Q: What did one vegetarian say to the other vegetarian?
A: We have to stop meating like this.

Q: Why do people kill animals?
A: Fur convenience steak.

There are more where those came from, but just remember: vegans are the joke, Bill.

Source

The animal atop the food chain believes itself ordained to husband lesser sentient creatures to the highest bidder. All other species get to exist at the whim of human appetite and fashion. Is there anything questionable about this?

Thanks for reading.

2 thoughts on “A Vegan in the Agora”

  1. There you go, Bill. Making me smile again. So much good stuff here.

    On the corn subsidy, did you realize that feed for non-human animals, feed for automobiles, and feed for exports (again, non-human animals) is the bulk of the pie? What’s left is the ‘junk food’ (high fructose syrups, the like) and unadulterated (think corn cobs, frozen nibs) as ‘food’ for people. Those together make up small, unappetizing slice. Makes me wonder why the government even subsidizes corn for ‘food security.’ More like FEED security.

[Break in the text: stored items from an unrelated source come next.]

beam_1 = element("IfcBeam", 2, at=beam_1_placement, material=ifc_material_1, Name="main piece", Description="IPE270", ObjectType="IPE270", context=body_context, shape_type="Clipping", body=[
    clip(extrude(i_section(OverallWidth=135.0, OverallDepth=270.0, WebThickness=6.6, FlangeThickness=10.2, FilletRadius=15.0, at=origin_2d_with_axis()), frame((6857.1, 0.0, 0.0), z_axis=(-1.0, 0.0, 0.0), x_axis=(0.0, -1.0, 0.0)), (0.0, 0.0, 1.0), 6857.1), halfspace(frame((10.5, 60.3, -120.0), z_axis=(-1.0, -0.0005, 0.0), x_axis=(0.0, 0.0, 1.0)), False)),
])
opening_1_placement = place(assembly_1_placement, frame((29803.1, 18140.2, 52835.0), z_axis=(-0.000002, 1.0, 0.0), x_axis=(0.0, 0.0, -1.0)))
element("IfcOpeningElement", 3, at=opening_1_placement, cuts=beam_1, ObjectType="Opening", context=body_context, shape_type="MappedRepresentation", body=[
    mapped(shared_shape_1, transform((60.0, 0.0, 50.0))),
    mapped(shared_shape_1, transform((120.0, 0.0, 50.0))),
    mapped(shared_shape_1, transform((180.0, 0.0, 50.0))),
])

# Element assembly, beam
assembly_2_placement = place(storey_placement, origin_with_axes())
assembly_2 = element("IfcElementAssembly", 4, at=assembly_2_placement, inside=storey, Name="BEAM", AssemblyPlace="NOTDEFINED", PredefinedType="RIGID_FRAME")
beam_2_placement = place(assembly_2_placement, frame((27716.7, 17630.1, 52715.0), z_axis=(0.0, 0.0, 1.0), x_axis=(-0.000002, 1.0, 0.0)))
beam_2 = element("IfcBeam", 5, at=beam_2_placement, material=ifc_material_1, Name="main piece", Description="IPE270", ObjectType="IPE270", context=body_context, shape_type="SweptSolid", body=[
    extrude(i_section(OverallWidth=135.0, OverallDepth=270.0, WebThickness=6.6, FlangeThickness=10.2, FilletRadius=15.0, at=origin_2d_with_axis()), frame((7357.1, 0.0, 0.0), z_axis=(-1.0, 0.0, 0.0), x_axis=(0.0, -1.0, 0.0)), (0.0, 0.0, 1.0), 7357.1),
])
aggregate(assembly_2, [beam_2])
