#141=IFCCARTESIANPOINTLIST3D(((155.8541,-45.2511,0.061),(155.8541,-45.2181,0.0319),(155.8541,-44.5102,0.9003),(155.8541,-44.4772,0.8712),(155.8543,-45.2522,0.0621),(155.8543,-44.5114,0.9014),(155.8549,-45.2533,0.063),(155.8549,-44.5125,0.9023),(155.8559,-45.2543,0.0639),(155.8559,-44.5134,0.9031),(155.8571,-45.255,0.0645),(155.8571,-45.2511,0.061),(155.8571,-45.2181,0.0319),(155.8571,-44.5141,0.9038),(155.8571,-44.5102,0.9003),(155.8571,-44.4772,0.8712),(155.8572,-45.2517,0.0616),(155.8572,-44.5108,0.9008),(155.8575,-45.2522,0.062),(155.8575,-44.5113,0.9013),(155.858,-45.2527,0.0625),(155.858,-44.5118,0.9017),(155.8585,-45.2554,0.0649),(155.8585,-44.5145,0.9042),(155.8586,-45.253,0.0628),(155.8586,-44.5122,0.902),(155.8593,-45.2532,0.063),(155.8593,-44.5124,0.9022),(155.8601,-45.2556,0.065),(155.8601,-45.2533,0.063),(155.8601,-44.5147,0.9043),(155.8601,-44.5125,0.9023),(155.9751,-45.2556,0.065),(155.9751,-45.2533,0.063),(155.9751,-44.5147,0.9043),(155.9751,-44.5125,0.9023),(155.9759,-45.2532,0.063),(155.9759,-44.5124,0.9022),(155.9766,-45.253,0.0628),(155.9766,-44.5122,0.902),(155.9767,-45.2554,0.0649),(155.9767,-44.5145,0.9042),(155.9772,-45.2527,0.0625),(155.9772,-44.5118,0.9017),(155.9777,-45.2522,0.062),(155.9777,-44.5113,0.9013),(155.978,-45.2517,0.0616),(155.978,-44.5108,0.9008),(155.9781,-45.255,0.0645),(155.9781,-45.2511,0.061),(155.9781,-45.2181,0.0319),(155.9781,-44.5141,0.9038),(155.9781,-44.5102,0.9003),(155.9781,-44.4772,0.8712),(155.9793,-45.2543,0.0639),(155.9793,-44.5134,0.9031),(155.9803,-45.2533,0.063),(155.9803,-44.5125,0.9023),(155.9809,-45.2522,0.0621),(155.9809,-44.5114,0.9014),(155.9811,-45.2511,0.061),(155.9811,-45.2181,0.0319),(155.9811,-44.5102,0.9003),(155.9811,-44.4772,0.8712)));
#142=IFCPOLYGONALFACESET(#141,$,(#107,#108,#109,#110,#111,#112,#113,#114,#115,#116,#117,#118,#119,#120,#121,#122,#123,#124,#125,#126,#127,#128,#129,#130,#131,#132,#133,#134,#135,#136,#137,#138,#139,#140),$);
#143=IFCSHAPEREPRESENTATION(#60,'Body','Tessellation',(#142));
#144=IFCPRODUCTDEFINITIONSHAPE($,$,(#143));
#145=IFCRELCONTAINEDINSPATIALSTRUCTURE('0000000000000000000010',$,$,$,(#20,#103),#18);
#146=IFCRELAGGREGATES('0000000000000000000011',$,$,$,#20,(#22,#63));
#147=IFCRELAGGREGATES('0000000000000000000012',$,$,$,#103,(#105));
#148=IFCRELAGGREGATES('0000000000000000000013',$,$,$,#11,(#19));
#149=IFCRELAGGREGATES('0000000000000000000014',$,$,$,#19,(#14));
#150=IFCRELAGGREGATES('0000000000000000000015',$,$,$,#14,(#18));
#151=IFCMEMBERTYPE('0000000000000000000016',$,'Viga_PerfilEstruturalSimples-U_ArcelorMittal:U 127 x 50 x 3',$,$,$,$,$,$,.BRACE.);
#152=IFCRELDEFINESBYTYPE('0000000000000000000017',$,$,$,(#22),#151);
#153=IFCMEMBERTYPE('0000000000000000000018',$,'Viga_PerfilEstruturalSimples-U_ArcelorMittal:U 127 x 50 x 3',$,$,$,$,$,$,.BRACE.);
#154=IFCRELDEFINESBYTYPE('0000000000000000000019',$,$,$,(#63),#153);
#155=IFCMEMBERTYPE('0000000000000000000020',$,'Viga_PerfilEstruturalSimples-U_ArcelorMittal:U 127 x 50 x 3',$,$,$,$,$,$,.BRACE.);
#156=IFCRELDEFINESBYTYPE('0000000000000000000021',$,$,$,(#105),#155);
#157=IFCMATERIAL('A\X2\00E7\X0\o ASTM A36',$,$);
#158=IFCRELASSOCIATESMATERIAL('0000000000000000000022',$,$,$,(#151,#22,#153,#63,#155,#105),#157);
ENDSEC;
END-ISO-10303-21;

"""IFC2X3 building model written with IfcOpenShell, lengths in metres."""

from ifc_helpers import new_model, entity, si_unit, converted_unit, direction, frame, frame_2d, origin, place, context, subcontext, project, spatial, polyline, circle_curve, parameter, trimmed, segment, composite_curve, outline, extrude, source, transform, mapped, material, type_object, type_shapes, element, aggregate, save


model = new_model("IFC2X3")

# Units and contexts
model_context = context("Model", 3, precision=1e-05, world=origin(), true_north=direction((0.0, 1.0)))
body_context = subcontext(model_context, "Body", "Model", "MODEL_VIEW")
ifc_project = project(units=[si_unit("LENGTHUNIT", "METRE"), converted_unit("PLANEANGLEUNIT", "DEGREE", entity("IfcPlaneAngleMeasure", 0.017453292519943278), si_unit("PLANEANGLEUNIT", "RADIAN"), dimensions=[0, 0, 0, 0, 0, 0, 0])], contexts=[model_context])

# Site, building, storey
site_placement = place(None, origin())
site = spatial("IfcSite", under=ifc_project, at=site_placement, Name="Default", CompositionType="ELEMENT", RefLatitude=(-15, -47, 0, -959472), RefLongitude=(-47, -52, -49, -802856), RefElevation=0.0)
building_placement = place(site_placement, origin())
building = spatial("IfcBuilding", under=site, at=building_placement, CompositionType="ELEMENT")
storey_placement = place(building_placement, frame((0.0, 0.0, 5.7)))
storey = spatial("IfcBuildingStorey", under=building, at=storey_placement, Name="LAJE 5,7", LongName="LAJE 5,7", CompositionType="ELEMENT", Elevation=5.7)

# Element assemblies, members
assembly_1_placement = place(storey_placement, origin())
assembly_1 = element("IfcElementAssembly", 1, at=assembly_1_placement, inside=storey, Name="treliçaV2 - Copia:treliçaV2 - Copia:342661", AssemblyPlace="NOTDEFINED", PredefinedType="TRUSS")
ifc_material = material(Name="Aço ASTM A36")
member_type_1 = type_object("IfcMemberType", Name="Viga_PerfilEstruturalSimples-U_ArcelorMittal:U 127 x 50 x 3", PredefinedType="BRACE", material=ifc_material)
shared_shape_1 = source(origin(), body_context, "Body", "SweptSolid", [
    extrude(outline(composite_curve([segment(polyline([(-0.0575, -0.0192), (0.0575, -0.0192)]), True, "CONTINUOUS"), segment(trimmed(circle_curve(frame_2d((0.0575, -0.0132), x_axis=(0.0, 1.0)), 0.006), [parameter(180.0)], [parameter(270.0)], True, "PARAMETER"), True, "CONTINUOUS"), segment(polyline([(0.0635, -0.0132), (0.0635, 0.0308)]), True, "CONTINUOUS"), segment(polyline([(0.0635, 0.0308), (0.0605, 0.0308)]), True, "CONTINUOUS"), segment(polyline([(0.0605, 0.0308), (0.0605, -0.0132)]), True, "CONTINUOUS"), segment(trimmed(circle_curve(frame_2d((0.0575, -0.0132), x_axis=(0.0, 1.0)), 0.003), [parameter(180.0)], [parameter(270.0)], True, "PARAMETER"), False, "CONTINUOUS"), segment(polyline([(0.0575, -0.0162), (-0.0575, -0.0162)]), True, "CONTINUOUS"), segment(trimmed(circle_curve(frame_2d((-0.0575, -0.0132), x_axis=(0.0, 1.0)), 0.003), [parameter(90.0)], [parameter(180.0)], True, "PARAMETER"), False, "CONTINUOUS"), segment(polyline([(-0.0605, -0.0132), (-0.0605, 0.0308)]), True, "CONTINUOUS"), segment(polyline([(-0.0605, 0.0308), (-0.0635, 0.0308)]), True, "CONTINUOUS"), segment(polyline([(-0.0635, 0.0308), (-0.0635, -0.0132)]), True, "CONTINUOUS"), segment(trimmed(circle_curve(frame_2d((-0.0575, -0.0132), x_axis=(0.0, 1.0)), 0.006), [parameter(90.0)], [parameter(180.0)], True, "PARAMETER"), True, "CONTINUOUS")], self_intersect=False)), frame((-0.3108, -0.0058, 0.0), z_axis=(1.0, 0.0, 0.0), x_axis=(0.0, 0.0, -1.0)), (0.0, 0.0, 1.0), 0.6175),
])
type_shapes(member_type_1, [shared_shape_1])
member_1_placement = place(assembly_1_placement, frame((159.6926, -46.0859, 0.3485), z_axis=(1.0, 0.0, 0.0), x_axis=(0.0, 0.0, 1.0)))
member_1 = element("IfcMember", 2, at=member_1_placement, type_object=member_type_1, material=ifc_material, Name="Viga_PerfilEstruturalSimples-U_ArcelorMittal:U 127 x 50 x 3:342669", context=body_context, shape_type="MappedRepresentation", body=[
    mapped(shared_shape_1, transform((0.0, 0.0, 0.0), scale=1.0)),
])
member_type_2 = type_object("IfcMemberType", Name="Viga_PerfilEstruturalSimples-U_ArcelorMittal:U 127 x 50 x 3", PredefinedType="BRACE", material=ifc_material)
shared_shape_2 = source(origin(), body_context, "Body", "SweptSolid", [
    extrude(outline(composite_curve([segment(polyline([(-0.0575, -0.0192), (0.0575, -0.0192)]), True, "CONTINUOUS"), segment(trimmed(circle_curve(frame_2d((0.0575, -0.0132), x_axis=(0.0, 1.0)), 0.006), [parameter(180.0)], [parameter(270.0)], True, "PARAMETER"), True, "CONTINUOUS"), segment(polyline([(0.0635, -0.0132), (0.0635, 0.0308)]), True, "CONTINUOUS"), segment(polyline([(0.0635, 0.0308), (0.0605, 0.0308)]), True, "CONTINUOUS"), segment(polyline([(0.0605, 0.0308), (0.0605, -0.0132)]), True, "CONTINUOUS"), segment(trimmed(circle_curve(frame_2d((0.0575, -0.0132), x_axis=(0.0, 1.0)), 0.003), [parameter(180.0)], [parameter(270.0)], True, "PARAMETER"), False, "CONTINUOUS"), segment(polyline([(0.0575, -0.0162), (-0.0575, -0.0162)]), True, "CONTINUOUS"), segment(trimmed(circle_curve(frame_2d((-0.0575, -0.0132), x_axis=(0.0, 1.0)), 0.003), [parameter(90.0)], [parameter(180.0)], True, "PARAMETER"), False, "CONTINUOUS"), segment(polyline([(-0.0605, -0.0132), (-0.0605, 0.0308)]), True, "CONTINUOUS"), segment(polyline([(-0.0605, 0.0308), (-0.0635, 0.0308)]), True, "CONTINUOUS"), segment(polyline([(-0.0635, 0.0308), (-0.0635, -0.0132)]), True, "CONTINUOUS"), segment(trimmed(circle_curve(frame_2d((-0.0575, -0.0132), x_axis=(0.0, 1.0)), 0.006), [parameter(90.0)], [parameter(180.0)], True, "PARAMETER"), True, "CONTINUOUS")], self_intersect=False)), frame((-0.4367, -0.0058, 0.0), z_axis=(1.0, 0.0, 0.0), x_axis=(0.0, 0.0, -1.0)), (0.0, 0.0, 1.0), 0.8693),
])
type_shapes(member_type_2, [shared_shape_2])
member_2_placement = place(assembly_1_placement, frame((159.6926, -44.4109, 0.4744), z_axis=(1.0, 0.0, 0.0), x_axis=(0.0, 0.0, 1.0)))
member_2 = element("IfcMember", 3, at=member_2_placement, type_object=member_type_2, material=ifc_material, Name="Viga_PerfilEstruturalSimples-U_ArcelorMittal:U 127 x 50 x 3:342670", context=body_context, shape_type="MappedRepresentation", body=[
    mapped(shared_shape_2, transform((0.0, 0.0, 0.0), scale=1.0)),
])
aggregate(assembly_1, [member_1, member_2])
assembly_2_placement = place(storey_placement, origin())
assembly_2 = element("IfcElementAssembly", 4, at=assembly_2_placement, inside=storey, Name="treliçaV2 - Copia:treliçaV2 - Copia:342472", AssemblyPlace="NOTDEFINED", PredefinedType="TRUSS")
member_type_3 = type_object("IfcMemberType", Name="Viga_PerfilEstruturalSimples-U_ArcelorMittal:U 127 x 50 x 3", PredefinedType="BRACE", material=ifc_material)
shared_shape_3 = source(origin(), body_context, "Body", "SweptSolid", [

    I still think that meat and dairy aisles are illegally marketing deceptive trade practices. If the consumer only saw the whole picture behind that gallon of milk or cut of muscle or carton of eggs. The TRUTH, not the deception, for all to see right there in the market. Hm.

    Liked by 2 people

    1. Thanks for your kindness, Shannon. Hope you guys are well and swell. I am going to look into that insidious corn-cycle.
      Lisa and I saw a 30 second infomercial a number of years ago that was produced for the high fructose corn syrup propaganda division. As I recall, it was set in an official looking lab and featured an official looking scientist with a pristine white coat. She compared high fructose corn syrup with regular sugar to let the audience know that “sugar is sugar.”
      Slick, convincing and reassuring techniques sell a lot of silo chaff. Taco Bell takes low-grade unappetizing highly processed glop and texturizes it to make it look like striated product coming from a single cow.